# Ultrasonic Cleaners



## ohno50 (Dec 30, 2008)

I am familiar with the Branson name because a company I worked for did all their sheet metal work for their assembly plant in Mexico. The prices I see on Ebay for Branson cleaners are more that I would prefer to spend.

Does anyone have any experience with any of the off brands that are out there? Any suggestions where I might purchase one besides the bay?


----------



## shlbsnake (Mar 14, 2006)

I got a jewelry ultrasonic cleaner from Harbor Freight (cheap) and it works just great.
Tony


----------



## GoodwrenchIntim (Feb 22, 2005)

I have a Branson an they are well worth the price


----------



## roadrner (Jul 21, 1999)

Do you use them to strip bodies or just clean parts. Thought about trying one out to strip bodies.  rr


----------



## GoodwrenchIntim (Feb 22, 2005)

Just clean parts, I use Simple green in it


----------



## fordcowboy (Dec 27, 1999)

I have two one for clean parts and one for striping paint.One from harbon freight and one from wal-mart. they work great. fcb


----------



## grungerockjeepe (Jan 8, 2007)

You can strip paint in these? Details, please. Id be VERY interested in knowing about that.


----------



## roadrner (Jul 21, 1999)

Not that i have tried it, but I was thinking of just putting the body in for the soak. Then after the appropriate amount of time, turn it on to shake off the layer of loose paint. Trying to reduce the elbow grease factor when stripping the JLs and AW bods. :freak: rr


----------



## ohno50 (Dec 30, 2008)

GoodwrenchIntim said:


> I have a Branson an they are well worth the price


Did you buy new or used? What model did you buy?


----------



## GoodwrenchIntim (Feb 22, 2005)

used off ebay Branson 200


----------



## noddaz (Aug 6, 1999)

I have been to cheap to step up and by a Branson...
I have a jewelry cleaner from WalMart, works ok when using the special cleaner.
I also have a Harbor Freight ultra sonic cleaner. Works better than the jewelry cleaner...


----------



## GoodwrenchIntim (Feb 22, 2005)

noddaz said:


> I have been to cheap to step up and by a Branson...
> I have a jewelry cleaner from WalMart, works ok when using the special cleaner.
> I also have a Harbor Freight ultra sonic cleaner.
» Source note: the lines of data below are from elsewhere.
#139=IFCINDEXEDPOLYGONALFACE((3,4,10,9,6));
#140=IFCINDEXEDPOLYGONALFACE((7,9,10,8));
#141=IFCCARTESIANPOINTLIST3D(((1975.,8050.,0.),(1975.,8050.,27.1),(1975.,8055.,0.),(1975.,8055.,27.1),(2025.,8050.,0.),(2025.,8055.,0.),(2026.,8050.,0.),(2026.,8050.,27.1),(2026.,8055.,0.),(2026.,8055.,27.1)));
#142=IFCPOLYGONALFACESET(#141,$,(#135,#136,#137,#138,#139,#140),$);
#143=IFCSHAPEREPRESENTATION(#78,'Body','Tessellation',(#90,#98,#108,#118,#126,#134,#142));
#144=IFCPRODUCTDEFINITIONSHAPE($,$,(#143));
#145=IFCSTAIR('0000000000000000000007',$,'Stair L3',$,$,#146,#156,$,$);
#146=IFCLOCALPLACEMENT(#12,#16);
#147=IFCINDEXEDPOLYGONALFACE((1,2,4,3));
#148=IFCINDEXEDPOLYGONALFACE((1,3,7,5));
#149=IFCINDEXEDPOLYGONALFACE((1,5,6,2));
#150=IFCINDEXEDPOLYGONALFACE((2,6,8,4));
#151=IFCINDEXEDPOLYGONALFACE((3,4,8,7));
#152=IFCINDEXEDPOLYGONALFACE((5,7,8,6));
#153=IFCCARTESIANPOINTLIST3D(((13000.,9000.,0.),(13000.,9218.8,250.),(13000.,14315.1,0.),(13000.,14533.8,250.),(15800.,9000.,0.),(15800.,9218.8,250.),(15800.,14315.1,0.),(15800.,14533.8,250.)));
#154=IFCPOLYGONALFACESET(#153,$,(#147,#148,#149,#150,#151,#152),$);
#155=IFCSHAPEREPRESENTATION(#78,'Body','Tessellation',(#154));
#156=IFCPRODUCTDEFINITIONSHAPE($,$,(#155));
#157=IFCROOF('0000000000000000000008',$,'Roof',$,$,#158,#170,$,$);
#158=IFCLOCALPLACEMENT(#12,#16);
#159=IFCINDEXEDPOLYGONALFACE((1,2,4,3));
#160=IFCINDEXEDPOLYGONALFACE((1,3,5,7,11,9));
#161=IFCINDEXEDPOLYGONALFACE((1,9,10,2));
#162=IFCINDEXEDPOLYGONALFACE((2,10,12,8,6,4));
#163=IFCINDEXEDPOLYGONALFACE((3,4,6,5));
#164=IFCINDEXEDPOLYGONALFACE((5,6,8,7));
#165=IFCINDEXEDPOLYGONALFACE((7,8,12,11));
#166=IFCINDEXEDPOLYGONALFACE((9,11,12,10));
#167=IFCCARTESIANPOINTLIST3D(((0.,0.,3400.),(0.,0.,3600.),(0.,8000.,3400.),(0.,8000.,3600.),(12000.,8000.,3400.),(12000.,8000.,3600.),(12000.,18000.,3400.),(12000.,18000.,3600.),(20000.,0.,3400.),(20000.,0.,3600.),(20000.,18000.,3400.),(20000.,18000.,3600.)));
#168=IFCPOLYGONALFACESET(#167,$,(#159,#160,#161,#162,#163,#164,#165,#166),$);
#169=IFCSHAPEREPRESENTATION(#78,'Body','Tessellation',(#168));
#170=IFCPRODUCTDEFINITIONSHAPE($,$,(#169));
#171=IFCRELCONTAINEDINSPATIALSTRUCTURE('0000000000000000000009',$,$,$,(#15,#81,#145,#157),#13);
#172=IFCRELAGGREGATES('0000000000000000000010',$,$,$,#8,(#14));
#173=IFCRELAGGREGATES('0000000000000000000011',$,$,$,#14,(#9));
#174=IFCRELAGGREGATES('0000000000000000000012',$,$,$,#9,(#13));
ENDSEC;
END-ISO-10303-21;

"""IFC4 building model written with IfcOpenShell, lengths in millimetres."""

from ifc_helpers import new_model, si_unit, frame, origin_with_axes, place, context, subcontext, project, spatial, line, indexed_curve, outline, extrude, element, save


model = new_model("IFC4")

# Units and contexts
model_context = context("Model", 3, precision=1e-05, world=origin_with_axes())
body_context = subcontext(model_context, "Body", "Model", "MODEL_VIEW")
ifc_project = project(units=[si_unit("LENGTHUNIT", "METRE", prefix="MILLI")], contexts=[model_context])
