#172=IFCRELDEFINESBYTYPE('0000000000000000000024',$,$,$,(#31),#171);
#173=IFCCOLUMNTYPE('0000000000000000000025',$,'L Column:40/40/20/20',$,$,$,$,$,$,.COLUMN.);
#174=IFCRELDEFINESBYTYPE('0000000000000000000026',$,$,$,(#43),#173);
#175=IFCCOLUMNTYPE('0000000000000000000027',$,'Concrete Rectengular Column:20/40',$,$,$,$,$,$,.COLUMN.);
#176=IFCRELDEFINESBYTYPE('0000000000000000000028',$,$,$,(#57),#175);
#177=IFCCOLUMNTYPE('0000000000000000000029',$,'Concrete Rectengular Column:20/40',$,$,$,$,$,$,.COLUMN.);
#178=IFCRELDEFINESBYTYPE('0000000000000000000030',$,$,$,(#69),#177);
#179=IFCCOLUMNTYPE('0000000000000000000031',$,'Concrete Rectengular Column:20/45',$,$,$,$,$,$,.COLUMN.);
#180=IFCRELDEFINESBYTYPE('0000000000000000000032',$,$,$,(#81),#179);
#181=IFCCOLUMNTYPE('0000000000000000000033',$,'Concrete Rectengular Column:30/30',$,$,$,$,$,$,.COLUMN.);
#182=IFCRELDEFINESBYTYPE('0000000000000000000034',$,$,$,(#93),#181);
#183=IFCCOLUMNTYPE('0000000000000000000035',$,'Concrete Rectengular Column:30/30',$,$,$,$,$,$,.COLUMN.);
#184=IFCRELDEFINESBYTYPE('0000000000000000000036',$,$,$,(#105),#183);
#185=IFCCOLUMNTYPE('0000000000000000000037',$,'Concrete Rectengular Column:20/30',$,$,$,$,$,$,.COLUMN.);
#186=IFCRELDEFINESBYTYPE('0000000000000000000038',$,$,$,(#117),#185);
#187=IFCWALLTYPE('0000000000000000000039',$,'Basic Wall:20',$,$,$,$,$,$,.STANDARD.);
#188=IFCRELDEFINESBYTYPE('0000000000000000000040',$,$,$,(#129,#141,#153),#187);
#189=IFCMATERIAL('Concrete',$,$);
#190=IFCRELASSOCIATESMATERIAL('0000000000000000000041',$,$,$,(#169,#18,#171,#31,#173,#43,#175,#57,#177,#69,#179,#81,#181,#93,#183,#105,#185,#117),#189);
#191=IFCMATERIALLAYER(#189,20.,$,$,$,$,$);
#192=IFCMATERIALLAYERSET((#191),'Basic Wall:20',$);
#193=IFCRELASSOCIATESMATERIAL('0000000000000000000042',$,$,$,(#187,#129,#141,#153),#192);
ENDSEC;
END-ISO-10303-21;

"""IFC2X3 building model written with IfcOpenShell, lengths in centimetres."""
Works better than the jewelry cleaner...


The thing with the cheap ones although they work, They do not have the power of the more expensive ones, the ultrasound generator(or whatever they call it) is not as strong an does not clean as good


----------



## noddaz (Aug 6, 1999)

*Kind of what I figured...*



GoodwrenchIntim said:


> The thing with the cheap ones although they work, They do not have the power of the more expensive ones, the ultrasound generator(or whatever they call it) is not as strong an does not clear as good


That is kind of what I figured....

Scott


----------



## LDThomas (Nov 30, 1999)

The ones from Walmart and Target are not ultra sonic. They are sonic. Sonic cleaners work but not as well as ultra sonic cleaners. I bought a sonic cleaner first but upgraded a couple of years later. Well worth the upgrade.


----------



## resinmonger (Mar 5, 2008)

*Inexpensive alternative Solution*

Cheap Cleaner (sub-sonic)

1) Put Pinesol in a glass. 

2) Put slot car body in glass.

3) Put drinking straw in glass (bendy straws are the best).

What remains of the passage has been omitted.